Modelagem da estrutura de controle da segurança:
A modelagem da estrutura de controle é o processo de entendimento claro dos processos e da hierarquia interna da empresa que influenciam a segurança. Mapear fatores como as relações entre as funções da organização e as passagens de ordem e de operações é fundamental para compreender como os controles de segurança não foram eficazes. Usando o exemplo anterior, isso significaria mapear como as políticas de manutenção são determinadas, comunicadas e implementadas, identificando onde os processos podem ter falhado ou não sido seguidos corretamente.
Análise dos componentes da falha:
A análise detalhada dos componentes que falharam revelará as falhas específicas que levaram ou contribuíram com o incidente. Isso pode incluir uma revisão técnica do equipamento que falhou, avaliando se a falha foi causada por desgaste, defeito de fabricação, erro humano, condições de trabalho inadequadas ou falha no design.
Identificação de falhas nas estruturas de controle:
Esta etapa pode ser considerada a mais importante da metodologia, pois é aqui que se vai além da identificação de componentes defeituosos e se aprofunda nas políticas, processos e práticas organizacionais para encontrar falhas sistêmicas, como comunicação, coordenação, sistema de informação e cultura. Por exemplo, se um procedimento padrão não foi seguido, deve-se investigar se isso ocorreu devido à falta de clareza nas instruções, falha na comunicação, supervisão insuficiente ou pressão de tempo. Isso pode revelar problemas mais profundos, como uma cultura organizacional de negligência que não valoriza a segurança suficientemente.

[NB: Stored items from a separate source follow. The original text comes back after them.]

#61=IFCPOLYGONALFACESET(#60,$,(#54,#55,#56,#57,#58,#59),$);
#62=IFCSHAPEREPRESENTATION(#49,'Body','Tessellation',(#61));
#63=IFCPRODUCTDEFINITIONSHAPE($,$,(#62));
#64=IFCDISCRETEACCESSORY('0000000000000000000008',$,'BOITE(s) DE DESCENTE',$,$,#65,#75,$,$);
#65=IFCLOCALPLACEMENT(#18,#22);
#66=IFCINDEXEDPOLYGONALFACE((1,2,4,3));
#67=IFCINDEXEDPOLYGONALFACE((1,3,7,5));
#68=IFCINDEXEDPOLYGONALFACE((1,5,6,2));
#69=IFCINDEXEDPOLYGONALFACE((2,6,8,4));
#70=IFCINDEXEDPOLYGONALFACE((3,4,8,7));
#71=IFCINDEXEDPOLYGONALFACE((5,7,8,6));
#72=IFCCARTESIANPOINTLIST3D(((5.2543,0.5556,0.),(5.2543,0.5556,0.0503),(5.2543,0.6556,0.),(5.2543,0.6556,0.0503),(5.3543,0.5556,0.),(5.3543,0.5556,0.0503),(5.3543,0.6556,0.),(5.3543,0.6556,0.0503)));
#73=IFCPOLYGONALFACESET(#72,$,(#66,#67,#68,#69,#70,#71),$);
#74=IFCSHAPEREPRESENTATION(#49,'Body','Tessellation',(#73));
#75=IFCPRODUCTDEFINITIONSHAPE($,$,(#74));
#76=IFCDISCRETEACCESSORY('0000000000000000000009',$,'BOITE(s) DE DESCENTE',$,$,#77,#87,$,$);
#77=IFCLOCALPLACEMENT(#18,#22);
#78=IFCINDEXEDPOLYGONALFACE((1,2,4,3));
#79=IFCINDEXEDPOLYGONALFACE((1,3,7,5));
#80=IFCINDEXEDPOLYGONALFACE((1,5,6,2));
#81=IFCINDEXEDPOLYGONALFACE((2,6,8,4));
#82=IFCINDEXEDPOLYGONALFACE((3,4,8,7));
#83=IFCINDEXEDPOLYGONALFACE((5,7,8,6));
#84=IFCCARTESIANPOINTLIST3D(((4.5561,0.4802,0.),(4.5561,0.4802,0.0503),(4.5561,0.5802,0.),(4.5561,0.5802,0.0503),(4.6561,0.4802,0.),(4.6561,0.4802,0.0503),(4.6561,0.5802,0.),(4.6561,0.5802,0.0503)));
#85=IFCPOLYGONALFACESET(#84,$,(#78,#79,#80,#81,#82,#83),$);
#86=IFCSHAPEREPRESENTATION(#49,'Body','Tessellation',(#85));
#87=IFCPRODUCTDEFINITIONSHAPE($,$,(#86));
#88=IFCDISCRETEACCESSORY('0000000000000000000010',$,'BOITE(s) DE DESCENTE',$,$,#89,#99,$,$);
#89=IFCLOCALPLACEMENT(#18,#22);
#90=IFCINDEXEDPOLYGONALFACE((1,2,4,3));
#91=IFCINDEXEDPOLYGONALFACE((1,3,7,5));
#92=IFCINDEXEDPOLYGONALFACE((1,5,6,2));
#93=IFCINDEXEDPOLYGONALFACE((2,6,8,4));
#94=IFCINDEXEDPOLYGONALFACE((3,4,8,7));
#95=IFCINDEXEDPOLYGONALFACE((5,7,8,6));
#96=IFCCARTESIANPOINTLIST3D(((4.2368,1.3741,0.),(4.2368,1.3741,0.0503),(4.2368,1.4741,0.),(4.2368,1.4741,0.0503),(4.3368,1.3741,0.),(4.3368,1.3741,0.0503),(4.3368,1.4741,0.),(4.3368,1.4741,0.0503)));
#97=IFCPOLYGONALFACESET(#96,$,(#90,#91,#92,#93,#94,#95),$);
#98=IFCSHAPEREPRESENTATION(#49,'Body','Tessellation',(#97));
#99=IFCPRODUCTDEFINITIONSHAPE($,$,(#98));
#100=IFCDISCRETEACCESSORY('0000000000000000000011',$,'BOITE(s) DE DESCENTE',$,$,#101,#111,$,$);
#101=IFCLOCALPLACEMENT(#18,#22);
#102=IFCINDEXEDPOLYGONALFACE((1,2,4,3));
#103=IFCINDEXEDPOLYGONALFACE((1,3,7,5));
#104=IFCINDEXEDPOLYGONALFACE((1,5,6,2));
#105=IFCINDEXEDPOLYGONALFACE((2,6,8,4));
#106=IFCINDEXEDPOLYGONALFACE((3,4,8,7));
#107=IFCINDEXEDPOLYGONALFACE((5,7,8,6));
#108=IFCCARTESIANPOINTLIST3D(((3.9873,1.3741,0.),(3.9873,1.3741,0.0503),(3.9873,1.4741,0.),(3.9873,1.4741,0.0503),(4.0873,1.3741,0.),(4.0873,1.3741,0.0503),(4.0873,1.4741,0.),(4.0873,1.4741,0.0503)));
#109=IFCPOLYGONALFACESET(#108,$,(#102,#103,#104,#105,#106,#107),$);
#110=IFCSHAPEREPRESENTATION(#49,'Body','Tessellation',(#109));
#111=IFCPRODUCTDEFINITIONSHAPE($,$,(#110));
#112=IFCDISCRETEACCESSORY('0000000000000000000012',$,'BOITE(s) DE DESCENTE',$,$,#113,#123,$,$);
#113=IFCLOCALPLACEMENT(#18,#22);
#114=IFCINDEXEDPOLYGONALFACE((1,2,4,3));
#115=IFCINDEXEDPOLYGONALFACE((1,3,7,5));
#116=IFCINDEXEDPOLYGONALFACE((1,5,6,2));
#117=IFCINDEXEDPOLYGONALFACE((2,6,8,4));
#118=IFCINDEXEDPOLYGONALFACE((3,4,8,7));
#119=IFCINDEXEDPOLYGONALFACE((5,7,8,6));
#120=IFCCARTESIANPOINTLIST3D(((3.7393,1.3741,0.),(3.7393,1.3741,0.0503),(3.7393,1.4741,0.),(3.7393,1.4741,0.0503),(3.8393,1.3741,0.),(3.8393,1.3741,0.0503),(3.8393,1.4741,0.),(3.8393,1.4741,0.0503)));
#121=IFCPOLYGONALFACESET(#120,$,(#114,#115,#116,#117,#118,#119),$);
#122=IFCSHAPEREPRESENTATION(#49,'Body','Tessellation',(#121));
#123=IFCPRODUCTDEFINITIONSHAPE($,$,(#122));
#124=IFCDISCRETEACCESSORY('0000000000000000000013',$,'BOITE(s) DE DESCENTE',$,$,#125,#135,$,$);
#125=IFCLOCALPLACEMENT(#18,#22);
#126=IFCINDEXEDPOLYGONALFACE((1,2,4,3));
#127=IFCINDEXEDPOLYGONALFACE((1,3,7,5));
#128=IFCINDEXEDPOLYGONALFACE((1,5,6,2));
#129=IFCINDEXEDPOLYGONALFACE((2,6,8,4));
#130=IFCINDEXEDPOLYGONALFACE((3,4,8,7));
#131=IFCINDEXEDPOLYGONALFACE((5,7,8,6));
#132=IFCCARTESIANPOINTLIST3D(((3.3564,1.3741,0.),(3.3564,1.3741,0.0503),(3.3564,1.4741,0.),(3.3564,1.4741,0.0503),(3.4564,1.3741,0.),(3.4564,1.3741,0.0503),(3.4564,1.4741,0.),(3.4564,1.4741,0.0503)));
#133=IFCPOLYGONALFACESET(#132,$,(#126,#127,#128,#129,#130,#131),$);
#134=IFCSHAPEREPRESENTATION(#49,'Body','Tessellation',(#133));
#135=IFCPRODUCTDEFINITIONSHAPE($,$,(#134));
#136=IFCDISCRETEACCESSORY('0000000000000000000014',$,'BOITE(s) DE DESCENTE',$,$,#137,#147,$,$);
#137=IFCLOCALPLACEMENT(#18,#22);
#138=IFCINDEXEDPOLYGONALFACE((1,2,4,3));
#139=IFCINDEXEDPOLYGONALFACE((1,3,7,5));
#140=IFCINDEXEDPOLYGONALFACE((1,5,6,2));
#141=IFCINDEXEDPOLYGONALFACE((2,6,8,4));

Criação de programas de melhoria:
O desenvolvimento de um programa de melhorias é um processo complexo que requer a integração das descobertas das etapas anteriores em um plano de ação claro e executável. Isso envolve não apenas a correção das falhas identificadas, mas também a prevenção proativa contra falhas futuras. O programa pode incluir mudanças técnicas, como a atualização ou substituição de equipamentos, e mudanças organizacionais, como a reformulação dos processos de treinamento, introdução de melhores canais de comunicação e reforço da cultura de segurança.
Conclusão
Ao explorar as interseções entre a segurança do trabalho e a metodologia CAST, esperamos ter destacado a importância de uma abordagem sistêmica e metódica para a prevenção de acidentes e a promoção de um ambiente seguro. Adotar esta técnica não é apenas uma estratégia de diminuição de riscos, mas um compromisso com a excelência operacional e a proteção do ativo mais importante: os colaboradores. Por fim, é importante destacar que, além da execução propriamente dita da metodologia, é fundamental para as organizações e para a segurança do trabalho que as mudanças culturais sejam concretizadas e as lições aprendidas, definindo e padronizando processos para evitar que os acidentes se repitam.